Publish the One Metric That Matters
For any capability there are usually only a few metrics at any time that reveal whether the capability is sufficient for its purpose. For example, the temperature at which a fire retardant will ignite is the key metric for the retardant. As another example, the percent of tests that pass is a key metric in assessing if a microservice is sufficiently complete—assuming that the test suite is sufficient; thus, test coverage is another key metric.
Such key metrics are the ones that one should pay closest attention to in order to stay focused on outcomes. They are the metrics that should be at the top of one’s dashboard.

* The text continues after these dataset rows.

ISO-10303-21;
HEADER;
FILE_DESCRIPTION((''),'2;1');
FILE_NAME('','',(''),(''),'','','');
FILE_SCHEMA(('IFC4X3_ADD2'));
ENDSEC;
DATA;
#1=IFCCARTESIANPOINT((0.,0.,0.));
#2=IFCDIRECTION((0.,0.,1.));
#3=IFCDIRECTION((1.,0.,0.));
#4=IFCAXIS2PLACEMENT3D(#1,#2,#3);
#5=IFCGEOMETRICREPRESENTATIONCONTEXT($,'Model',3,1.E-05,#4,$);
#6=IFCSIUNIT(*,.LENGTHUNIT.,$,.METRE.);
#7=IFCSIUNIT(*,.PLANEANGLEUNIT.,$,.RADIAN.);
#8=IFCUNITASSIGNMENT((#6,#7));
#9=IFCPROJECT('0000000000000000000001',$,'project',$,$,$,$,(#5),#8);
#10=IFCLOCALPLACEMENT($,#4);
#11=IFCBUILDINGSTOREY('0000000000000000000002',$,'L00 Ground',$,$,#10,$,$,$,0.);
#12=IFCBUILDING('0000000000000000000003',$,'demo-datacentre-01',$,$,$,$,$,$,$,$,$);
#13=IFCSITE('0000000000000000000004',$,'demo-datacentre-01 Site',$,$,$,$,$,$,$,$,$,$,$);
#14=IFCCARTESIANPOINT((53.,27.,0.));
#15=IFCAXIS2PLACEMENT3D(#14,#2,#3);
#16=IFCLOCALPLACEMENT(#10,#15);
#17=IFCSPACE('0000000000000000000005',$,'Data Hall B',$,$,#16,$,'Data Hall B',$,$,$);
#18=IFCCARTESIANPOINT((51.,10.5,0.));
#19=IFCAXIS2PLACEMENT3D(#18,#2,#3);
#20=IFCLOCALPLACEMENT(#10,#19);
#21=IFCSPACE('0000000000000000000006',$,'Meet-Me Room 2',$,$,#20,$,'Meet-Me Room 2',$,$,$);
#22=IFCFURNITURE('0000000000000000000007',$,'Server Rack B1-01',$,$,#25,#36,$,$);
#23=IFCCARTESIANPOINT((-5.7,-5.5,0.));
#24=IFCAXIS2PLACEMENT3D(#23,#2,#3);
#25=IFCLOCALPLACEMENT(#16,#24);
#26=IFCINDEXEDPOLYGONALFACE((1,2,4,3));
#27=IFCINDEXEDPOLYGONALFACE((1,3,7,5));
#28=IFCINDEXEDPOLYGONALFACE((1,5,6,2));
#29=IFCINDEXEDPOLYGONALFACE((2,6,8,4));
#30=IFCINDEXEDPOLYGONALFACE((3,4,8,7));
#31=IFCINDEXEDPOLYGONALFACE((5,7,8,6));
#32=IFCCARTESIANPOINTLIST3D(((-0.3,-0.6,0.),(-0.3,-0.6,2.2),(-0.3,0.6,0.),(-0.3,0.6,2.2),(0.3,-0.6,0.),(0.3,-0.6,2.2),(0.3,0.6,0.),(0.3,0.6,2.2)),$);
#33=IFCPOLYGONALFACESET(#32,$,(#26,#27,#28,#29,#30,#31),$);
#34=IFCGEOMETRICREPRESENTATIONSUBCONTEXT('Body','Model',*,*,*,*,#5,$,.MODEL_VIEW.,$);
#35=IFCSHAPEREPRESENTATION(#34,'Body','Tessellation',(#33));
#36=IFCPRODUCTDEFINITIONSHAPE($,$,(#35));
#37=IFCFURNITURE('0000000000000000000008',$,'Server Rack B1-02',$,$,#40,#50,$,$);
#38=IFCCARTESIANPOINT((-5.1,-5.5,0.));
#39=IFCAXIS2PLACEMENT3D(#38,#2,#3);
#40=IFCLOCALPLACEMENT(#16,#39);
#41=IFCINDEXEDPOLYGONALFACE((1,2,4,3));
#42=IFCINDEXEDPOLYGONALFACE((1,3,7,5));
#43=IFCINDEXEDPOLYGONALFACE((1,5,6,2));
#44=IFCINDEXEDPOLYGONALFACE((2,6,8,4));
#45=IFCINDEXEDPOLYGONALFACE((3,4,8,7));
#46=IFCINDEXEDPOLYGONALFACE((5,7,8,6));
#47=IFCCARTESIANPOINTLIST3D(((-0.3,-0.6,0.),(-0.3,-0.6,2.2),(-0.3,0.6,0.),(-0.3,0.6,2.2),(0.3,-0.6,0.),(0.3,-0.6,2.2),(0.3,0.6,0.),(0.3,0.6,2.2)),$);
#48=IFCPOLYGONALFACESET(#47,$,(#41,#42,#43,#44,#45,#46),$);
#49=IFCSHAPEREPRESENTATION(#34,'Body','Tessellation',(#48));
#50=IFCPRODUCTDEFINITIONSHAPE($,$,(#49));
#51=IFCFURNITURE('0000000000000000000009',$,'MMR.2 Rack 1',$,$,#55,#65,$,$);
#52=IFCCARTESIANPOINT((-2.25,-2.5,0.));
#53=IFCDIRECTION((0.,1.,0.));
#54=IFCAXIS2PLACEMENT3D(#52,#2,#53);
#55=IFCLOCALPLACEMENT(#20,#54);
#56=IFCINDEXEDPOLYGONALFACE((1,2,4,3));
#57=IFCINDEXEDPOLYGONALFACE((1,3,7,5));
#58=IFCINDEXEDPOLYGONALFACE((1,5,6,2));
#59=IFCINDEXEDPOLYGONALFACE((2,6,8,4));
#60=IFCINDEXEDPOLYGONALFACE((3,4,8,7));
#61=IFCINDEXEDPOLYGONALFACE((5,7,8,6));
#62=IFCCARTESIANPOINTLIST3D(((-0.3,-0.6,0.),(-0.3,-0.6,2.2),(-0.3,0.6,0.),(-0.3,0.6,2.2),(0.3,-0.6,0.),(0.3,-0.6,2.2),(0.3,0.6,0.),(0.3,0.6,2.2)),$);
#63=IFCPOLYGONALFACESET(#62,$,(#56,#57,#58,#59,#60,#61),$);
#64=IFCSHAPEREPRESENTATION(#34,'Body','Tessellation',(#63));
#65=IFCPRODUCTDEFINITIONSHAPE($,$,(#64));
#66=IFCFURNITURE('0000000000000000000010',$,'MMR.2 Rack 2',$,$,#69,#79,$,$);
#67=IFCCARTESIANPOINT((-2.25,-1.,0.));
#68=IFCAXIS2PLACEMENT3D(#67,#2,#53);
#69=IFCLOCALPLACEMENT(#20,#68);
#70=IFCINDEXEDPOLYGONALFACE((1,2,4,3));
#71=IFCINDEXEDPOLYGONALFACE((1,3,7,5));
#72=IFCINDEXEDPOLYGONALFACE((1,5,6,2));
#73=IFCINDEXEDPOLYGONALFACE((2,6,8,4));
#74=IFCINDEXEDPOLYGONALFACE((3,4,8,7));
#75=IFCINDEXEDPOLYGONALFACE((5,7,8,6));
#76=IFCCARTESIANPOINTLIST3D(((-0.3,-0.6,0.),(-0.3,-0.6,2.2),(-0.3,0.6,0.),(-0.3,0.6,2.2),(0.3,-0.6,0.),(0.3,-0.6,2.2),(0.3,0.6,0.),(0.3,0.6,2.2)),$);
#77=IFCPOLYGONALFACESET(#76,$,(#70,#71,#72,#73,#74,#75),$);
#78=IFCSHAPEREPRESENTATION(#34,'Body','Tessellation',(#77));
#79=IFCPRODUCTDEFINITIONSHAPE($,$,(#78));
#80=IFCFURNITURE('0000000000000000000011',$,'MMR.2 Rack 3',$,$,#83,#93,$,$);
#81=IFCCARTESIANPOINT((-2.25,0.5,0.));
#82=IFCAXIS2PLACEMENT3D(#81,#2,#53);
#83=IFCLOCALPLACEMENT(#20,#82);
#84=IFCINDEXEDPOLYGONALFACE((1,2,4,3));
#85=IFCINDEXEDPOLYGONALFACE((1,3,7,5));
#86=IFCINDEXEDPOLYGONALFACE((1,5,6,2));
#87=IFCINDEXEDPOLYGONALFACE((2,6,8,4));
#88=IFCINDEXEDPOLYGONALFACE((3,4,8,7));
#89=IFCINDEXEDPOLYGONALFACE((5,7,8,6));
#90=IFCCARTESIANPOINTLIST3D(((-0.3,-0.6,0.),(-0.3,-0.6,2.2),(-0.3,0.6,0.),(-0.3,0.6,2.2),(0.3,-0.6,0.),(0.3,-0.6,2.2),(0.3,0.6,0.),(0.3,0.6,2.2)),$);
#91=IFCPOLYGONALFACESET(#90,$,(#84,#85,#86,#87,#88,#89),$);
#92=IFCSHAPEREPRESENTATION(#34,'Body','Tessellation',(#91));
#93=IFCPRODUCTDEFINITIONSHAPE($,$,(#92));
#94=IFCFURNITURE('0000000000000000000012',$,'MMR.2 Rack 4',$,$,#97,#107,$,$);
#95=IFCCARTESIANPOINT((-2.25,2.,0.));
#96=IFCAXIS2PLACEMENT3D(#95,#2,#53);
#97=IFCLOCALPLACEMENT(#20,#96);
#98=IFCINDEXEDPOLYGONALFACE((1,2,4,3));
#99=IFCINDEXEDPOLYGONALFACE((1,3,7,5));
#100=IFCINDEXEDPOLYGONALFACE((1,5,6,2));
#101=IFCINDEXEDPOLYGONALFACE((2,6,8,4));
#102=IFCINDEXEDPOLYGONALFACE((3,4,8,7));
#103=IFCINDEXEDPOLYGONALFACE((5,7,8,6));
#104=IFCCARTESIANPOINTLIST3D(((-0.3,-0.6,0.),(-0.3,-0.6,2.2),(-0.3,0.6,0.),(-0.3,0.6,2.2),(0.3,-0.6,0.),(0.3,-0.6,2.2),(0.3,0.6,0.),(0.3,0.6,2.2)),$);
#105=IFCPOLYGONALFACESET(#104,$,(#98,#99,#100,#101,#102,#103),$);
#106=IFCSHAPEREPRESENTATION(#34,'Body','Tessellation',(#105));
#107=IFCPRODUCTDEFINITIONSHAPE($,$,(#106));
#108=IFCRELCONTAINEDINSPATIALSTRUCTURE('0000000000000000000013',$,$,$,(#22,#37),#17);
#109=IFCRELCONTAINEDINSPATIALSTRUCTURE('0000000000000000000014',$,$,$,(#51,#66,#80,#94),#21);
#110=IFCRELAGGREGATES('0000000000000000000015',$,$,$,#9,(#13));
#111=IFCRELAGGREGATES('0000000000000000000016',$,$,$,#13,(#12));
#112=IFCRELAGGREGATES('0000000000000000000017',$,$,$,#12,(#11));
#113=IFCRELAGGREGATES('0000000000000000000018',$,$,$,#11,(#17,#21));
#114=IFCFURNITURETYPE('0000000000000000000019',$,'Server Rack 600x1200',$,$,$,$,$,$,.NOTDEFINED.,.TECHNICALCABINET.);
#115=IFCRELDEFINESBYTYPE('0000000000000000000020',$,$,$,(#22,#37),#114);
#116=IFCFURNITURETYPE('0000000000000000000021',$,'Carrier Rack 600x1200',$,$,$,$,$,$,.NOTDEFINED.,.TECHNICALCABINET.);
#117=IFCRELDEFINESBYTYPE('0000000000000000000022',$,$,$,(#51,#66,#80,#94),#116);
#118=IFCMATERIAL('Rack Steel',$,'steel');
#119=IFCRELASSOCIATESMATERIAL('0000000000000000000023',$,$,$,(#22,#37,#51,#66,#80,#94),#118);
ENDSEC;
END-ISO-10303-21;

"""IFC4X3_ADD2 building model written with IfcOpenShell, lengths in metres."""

from ifc_helpers import new_model, si_unit, frame, origin_with_axes, place, context, subcontext, project, spatial, rectangle, extrude, material, type_object, element, save


model = new_model("IFC4X3_ADD2")

# Units and contexts
model_context = context("Model", 3, precision=1e-05, world=origin_with_axes())
body_context = subcontext(model_context, "Body", "Model", "MODEL_VIEW")
ifc_project = project(units=[si_unit("LENGTHUNIT", "METRE"), si_unit("PLANEANGLEUNIT", "RADIAN")], contexts=[model_context])

# Site, building, storey
site = spatial("IfcSite", under=ifc_project, Name="demo-datacentre-01 Site")
building = spatial("IfcBuilding", under=site, Name="demo-datacentre-01")
storey_placement = place(None, origin_with_axes())
storey = spatial("IfcBuildingStorey", under=building, at=storey_placement, Name="L00 Ground", Elevation=0.0)

# Shared definitions
space_1_placement = place(storey_placement, frame((53.0, 27.0, 0.0), z_axis=(0.0, 0.0, 1.0), x_axis=(1.0, 0.0, 0.0)))
space_1 = spatial("IfcSpace", under=storey, at=space_1_placement, Name="Data Hall B", LongName="Data Hall B")

# Furniture
ifc_material_1 = material(Name="Rack Steel", Category="steel")
furniture_type_1 = type_object("IfcFurnitureType", Name="Server Rack 600x1200", AssemblyPlace="NOTDEFINED", PredefinedType="TECHNICALCABINET")
for number, where, z_axis, x_axis, name in (
    (1, (-5.7, -5.5, 0.0), (0.0, 0.0, 1.0), (1.0, 0.0, 0.0), "Server Rack B1-01"),
    (2, (-5.1, -5.5, 0.0), (0.0, 0.0, 1.0), (1.0, 0.0, 0.0), "Server Rack B1-02"),
):
    element("IfcFurniture", number, at=place(space_1_placement, frame(where, z_axis=z_axis, x_axis=x_axis)), inside=space_1, type_object=furniture_type_1, material=ifc_material_1, Name=name, context=body_context, shape_type="SweptSolid", body=[
        extrude(rectangle(XDim=0.6, YDim=1.2), origin_with_axes(), (0.0, 0.0, 1.0), 2.2),
    ])

# Shared definitions
space_2_placement = place(storey_placement, frame((51.0, 10.5, 0.0), z_axis=(0.0, 0.0, 1.0), x_axis=(1.0, 0.0, 0.0)))
space_2 = spatial("IfcSpace", under=storey, at=space_2_placement, Name="Meet-Me Room 2", LongName="Meet-Me Room 2")

# Furniture
furniture_type_2 = type_object("IfcFurnitureType", Name="Carrier Rack 600x1200", AssemblyPlace="NOTDEFINED", PredefinedType="TECHNICALCABINET")
for number, where, z_axis, x_axis, name in (
    (3, (-2.25, -2.5, 0.0), (0.0, 0.0, 1.0), (0.0, 1.0, 0.0), "MMR.2 Rack 1"),
    (4, (-2.25, -1.0, 0.0), (0.0, 0.0, 1.0), (0.0, 1.0, 0.0), "MMR.2 Rack 2"),
    (5, (-2.25, 0.5, 0.0), (0.0, 0.0, 1.0), (0.0, 1.0, 0.0), "MMR.2 Rack 3"),
    (6, (-2.25, 2.0, 0.0), (0.0, 0.0, 1.0), (0.0, 1.0, 0.0), "MMR.2 Rack 4"),
):
    element("IfcFurniture", number, at=place(space_2_placement, frame(where, z_axis=z_axis, x_axis=x_axis)), inside=space_2, type_object=furniture_type_2, material=ifc_material_1, Name=name, context=body_context, shape_type="SweptSolid", body=[
        extrude(rectangle(XDim=0.6, YDim=1.2), origin_with_axes(), (0.0, 0.0, 1.0), 2.2),
    ])

save(model, "model.ifc")
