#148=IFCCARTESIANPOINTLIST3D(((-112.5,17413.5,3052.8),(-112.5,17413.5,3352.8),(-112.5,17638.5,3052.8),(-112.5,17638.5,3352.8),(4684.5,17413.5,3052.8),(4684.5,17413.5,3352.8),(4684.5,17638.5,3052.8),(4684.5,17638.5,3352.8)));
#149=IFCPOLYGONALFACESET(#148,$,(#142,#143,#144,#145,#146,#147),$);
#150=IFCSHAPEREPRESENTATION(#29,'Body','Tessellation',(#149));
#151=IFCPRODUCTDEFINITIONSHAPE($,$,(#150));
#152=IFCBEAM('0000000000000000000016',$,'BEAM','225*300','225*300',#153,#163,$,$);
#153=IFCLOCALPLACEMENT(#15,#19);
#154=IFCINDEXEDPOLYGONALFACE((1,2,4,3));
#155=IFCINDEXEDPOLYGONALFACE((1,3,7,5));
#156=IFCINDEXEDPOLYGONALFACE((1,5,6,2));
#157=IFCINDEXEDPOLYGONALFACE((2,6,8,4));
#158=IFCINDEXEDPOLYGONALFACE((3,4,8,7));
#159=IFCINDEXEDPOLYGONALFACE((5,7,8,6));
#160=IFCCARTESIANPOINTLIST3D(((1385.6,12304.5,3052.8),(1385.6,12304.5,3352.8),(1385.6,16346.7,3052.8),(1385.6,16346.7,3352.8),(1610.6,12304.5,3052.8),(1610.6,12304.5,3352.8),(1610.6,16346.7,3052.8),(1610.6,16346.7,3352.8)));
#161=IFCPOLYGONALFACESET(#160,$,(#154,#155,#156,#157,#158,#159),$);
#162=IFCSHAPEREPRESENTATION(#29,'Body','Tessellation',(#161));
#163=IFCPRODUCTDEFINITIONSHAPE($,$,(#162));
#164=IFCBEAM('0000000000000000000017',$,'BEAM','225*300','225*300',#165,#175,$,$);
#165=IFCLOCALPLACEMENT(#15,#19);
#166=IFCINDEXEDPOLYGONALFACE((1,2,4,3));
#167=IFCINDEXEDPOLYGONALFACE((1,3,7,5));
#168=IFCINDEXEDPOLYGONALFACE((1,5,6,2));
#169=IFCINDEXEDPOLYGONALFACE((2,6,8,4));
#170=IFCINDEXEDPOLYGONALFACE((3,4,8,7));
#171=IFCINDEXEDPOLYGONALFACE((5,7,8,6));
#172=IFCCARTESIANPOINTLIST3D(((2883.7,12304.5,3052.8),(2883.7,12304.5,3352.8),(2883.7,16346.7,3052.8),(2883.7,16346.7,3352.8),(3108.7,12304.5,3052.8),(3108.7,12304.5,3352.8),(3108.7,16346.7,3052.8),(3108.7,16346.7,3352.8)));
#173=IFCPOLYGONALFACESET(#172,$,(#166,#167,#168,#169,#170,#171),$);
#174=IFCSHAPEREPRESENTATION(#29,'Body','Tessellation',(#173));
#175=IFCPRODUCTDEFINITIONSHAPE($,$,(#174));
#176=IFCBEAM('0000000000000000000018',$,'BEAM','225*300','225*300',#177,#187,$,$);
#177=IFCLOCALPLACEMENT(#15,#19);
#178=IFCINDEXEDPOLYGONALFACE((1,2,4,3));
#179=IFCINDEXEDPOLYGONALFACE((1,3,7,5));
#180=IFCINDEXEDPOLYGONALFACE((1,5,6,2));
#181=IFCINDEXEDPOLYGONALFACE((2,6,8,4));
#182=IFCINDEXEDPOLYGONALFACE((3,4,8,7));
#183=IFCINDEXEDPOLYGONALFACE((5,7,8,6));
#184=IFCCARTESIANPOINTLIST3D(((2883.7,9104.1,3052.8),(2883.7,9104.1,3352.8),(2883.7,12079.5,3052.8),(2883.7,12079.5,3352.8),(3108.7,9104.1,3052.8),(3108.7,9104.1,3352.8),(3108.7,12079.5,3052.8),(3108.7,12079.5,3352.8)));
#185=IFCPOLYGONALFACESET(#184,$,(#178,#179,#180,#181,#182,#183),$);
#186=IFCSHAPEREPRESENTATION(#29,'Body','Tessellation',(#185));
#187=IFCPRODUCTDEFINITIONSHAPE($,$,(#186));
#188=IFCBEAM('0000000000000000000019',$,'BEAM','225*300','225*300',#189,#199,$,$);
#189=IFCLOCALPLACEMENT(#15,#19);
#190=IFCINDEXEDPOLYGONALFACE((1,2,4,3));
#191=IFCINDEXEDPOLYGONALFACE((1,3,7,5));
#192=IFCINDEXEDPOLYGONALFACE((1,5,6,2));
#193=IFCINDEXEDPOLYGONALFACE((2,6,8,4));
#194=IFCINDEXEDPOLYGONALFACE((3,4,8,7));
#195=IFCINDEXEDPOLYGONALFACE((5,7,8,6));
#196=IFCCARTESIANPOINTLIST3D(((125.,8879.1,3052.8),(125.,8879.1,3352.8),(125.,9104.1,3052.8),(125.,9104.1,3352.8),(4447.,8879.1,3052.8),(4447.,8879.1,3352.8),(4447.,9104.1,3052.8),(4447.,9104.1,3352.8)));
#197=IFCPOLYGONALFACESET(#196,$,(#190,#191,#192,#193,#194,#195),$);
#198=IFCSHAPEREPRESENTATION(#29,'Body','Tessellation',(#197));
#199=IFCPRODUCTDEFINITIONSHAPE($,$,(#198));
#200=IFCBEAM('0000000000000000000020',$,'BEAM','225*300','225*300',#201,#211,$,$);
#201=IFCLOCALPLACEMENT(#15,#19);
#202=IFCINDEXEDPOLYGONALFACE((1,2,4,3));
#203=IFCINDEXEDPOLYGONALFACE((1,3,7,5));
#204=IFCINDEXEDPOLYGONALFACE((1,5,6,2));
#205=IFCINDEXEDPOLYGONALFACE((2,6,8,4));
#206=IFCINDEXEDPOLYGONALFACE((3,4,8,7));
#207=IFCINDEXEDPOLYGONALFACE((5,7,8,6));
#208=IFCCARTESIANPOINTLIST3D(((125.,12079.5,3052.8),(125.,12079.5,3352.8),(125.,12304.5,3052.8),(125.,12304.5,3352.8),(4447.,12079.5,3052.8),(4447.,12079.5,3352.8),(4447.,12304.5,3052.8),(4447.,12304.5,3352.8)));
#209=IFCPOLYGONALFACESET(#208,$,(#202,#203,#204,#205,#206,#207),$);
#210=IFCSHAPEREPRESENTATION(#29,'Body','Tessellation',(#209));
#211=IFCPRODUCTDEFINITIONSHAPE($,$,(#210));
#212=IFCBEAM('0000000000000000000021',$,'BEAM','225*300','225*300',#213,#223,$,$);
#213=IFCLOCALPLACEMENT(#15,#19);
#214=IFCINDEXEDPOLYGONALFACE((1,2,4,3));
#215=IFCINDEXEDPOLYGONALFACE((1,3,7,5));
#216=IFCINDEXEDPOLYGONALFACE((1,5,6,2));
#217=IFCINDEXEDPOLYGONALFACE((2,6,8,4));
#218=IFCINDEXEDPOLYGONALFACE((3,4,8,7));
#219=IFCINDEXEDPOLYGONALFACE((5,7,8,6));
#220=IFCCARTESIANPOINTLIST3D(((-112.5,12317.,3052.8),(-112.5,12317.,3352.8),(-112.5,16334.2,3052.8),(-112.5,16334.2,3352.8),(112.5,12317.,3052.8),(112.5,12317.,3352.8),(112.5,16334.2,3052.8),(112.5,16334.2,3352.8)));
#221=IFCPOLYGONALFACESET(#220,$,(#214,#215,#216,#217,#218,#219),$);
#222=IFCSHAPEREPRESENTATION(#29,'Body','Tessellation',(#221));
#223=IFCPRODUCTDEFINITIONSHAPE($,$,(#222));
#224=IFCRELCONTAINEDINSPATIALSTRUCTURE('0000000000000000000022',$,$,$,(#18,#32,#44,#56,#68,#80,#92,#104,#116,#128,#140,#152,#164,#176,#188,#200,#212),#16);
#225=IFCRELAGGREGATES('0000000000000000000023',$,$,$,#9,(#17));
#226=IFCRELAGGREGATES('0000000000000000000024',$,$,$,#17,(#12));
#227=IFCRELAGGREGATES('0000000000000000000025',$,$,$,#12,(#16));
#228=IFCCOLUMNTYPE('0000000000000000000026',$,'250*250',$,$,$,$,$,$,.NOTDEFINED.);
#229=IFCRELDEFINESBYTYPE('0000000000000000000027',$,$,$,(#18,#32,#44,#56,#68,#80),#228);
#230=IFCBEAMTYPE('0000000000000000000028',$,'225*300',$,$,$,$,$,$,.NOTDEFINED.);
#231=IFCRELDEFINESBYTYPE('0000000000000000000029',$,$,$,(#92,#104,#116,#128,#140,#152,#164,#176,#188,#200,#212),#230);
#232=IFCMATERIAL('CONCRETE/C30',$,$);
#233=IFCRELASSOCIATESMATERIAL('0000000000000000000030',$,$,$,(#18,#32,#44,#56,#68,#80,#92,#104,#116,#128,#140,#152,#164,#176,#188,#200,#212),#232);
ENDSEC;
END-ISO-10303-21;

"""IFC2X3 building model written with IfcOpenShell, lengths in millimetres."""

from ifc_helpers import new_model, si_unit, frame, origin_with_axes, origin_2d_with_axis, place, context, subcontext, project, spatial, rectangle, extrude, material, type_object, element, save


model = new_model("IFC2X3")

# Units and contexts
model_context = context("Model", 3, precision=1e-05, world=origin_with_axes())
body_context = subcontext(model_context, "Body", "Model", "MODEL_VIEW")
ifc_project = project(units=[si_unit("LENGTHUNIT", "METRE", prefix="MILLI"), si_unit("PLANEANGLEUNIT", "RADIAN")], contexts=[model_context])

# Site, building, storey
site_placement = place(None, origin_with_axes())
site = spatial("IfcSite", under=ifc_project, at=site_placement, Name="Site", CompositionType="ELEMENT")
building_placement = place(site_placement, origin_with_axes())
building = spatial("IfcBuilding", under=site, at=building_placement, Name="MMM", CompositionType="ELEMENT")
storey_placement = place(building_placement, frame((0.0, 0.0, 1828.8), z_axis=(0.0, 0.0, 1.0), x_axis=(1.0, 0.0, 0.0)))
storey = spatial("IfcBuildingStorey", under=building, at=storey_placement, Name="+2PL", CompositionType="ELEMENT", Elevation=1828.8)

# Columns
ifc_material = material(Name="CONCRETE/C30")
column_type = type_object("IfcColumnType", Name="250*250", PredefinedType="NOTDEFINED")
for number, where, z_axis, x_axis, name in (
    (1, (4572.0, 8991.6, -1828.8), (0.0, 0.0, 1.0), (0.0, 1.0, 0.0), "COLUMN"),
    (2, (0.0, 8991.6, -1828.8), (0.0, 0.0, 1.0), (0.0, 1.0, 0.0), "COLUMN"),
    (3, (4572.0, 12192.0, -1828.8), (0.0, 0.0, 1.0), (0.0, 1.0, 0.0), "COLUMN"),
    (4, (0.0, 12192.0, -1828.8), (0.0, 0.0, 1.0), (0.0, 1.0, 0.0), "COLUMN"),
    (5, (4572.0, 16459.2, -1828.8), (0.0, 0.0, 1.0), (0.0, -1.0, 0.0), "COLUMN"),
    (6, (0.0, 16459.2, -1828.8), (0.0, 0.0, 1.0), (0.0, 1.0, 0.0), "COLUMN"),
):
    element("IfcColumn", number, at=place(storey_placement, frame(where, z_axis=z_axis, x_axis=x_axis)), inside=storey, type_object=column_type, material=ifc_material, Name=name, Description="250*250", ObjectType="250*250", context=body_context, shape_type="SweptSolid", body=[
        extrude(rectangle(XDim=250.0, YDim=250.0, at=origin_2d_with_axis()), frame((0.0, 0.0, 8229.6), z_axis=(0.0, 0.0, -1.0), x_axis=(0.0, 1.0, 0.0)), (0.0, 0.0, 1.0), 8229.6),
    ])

Sometimes a metric is not numeric. For example, consider the microservice mentioned above. If the testing approach is based on API-level tests or behavioral tests, then there is probably no numeric coverage metric. However, there could be a binary metric stating whether someone in a suitable role has reviewed the test coverage and assessed it to be sufficient.
Once a capability has been achieved such that the metrics are sufficient for success, then those metrics cease to be informative, and should be replaced with other metrics. This is basically the Theory of Constraints: once one overcomes one obstacle, another is revealed, until finally the last one is overcome. The key metrics are the ones that currently constrain us.
We often refer to the most constraining metric as the one metric that matters (OMTM), from the book Lean Analytics. In practice there might be a few key metrics, but the idea is to focus on a very small number of metrics that are constraining you.